I'm looking to replace all 3 with a combo unit if possible. I still want to smoke with charcoal and wood. I could eliminate the full pit, and learn how to cook on a vertical smoker. This would save some space. I'd also like to hook a larger propane tank to the last 2 (with a T-connector). I looked on the internet, and I couldn't find a cooking unit that had all 3, or even 2 of the 3. I've seen multiple burners, but not a little one and a big one. It's usually 2 small ones or 2 big ones. 

Any suggestions?


----------



## CoastalOutfitters (Aug 20, 2004)

fryer needs to be separate


----------



## banpouchi (Feb 21, 2011)

Sent you a PM


----------



## BlueWaveCapt (Jan 8, 2007)

I've seen some gas grill/smoker combo units (by Char Griller duo) but I really don't think it's nearly as efficient for smoking as a stand alone smoker.
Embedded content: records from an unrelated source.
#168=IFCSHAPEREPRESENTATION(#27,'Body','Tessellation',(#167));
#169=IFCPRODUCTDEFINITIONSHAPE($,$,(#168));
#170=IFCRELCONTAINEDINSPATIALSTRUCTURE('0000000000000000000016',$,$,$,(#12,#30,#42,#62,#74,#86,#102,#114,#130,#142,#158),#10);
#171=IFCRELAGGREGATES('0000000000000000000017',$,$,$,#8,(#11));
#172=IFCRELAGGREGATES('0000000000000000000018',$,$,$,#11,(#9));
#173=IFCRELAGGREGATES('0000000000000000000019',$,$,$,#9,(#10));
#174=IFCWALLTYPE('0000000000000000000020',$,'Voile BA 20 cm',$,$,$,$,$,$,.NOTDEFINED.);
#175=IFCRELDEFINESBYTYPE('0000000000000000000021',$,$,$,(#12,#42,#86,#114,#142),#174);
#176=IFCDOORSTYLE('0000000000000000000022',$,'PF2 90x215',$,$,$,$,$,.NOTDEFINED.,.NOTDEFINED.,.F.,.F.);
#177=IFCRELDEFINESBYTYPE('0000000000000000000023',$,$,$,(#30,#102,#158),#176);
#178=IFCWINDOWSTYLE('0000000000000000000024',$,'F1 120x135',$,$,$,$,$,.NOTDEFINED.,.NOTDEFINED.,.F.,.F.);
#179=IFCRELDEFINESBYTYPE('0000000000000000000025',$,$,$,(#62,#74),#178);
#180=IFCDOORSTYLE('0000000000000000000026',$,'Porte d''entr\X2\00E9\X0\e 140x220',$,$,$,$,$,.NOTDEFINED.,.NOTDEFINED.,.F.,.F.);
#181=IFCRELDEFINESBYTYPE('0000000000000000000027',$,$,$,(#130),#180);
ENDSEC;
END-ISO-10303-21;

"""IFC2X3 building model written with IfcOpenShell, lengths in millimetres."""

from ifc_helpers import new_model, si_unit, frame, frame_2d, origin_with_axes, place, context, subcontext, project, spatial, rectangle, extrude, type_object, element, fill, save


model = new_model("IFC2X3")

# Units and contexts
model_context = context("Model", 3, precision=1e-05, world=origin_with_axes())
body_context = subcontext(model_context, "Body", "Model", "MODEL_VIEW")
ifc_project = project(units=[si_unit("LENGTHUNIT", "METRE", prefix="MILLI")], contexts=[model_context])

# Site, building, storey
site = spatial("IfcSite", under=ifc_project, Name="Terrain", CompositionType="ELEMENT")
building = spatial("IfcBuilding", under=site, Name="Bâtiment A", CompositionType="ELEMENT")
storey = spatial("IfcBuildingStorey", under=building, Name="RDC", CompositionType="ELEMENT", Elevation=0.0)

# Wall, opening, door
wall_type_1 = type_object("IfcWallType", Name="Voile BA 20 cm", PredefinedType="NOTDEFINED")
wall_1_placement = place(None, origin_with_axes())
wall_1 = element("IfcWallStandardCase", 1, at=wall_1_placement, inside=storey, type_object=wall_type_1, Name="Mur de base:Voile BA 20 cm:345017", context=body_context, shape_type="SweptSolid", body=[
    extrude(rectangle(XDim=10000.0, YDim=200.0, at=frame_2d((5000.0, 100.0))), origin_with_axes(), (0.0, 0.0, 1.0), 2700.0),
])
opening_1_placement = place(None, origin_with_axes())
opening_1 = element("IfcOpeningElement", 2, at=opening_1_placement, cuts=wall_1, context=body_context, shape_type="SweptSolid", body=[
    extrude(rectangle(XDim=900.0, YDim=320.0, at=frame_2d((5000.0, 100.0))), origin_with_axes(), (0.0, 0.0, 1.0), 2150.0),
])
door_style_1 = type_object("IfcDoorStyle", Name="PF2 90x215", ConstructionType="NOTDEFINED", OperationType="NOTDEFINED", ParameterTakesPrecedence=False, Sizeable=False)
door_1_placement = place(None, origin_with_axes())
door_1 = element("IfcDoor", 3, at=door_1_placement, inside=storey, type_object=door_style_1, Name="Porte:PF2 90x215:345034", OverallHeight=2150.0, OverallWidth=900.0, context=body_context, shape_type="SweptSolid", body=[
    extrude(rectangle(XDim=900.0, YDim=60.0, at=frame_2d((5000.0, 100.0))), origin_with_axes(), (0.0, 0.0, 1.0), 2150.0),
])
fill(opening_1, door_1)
For my house I have all 3 and really can't imagine combining them into 1 unit while still keeping the effectiveness of either. 

My advice:
$150: cheap gas grill for quick burgers, steaks, etc....
$50: UDS smoker (upright drum smoker) for smoking briskets, ribs, etc...
$50: Portable aluminum propane burner for fish frying, turkey frying, crawfish, shrimp boils, etc...

Of course there are higher end versions of these 3 things but for about $200 you could have it all and it would last you for years if cared for. I've had all these things for years and all get used several times a month. 

I wouldn't trust a trio-unit to handle all 3 jobs properly!


----------



## Danny O (Apr 14, 2010)

Thanks, and perhaps I need to clarify. The wood smoker, gas grill, and large gas burner would be separate, but welded together (side by side) as one combined unit, possibly with pneumatic wheels. I stopped by Academy today, and saw something pretty close. It has a gas grill with a separate charcoal grill (two separate cooking chambers) with a firebox, plus a burner on the side. See attached a link and pic.

http://www.academy.com/index.php?pa...g/landing&start=0&selectedSKU=0262-40912-7000

It might be cheaper to buy all three separately, and set them up side-by-side. Nonetheless, I wanted to see if anybody had any suggestions. Thanks for your input.


----------



## fangard (Apr 18, 2008)

Make sure you check the BTU's on the side burner. My experience has been that they are not robust enough to do any consistent frying.


----------



## banpouchi (Feb 21, 2011)

another problem is folks put a high pressure regulator on one of these rigs and the metal won't hold up or the burner.


----------



## boat_money (May 21, 2004)

Danny O said:


> Thanks, and perhaps I need to clarify. The wood smoker, gas grill, and large gas burner would be separate, but welded together (side by side) as one combined unit, possibly with pneumatic wheels. I stopped by Academy today, and saw something pretty close. It has a gas grill with a separate charcoal grill (two separate cooking chambers) with a firebox, plus a burner on the side. See attached a link and pic.
> 
> http://www.academy.com/index.php?pa...g/landing&start=0&selectedSKU=0262-40912-7000
> 
> It might be cheaper to buy all three separately, and set them up side-by-side. Nonetheless, I wanted to see if anybody had any suggestions. Thanks for your input.


i have this grill and like it. the gas grill works just fine. the charcoal side lets too much air in so even w/ vents closed the fire burns real hot, which is workable but you gotta watch it. when smoking, for the same reason the fire is too hot when grilling, it is tough to keep the temp above 200. if you know what you are doing though with a few adjustments to your tactics it smokes just fine. look a the bottom, lots of opening for air to get in. i'm letting some ash build up around the outsides on the bottom of the charcoal side to see if that helps.

i really like it tho and use it all the time. haven't even touched the flash burner tho...


----------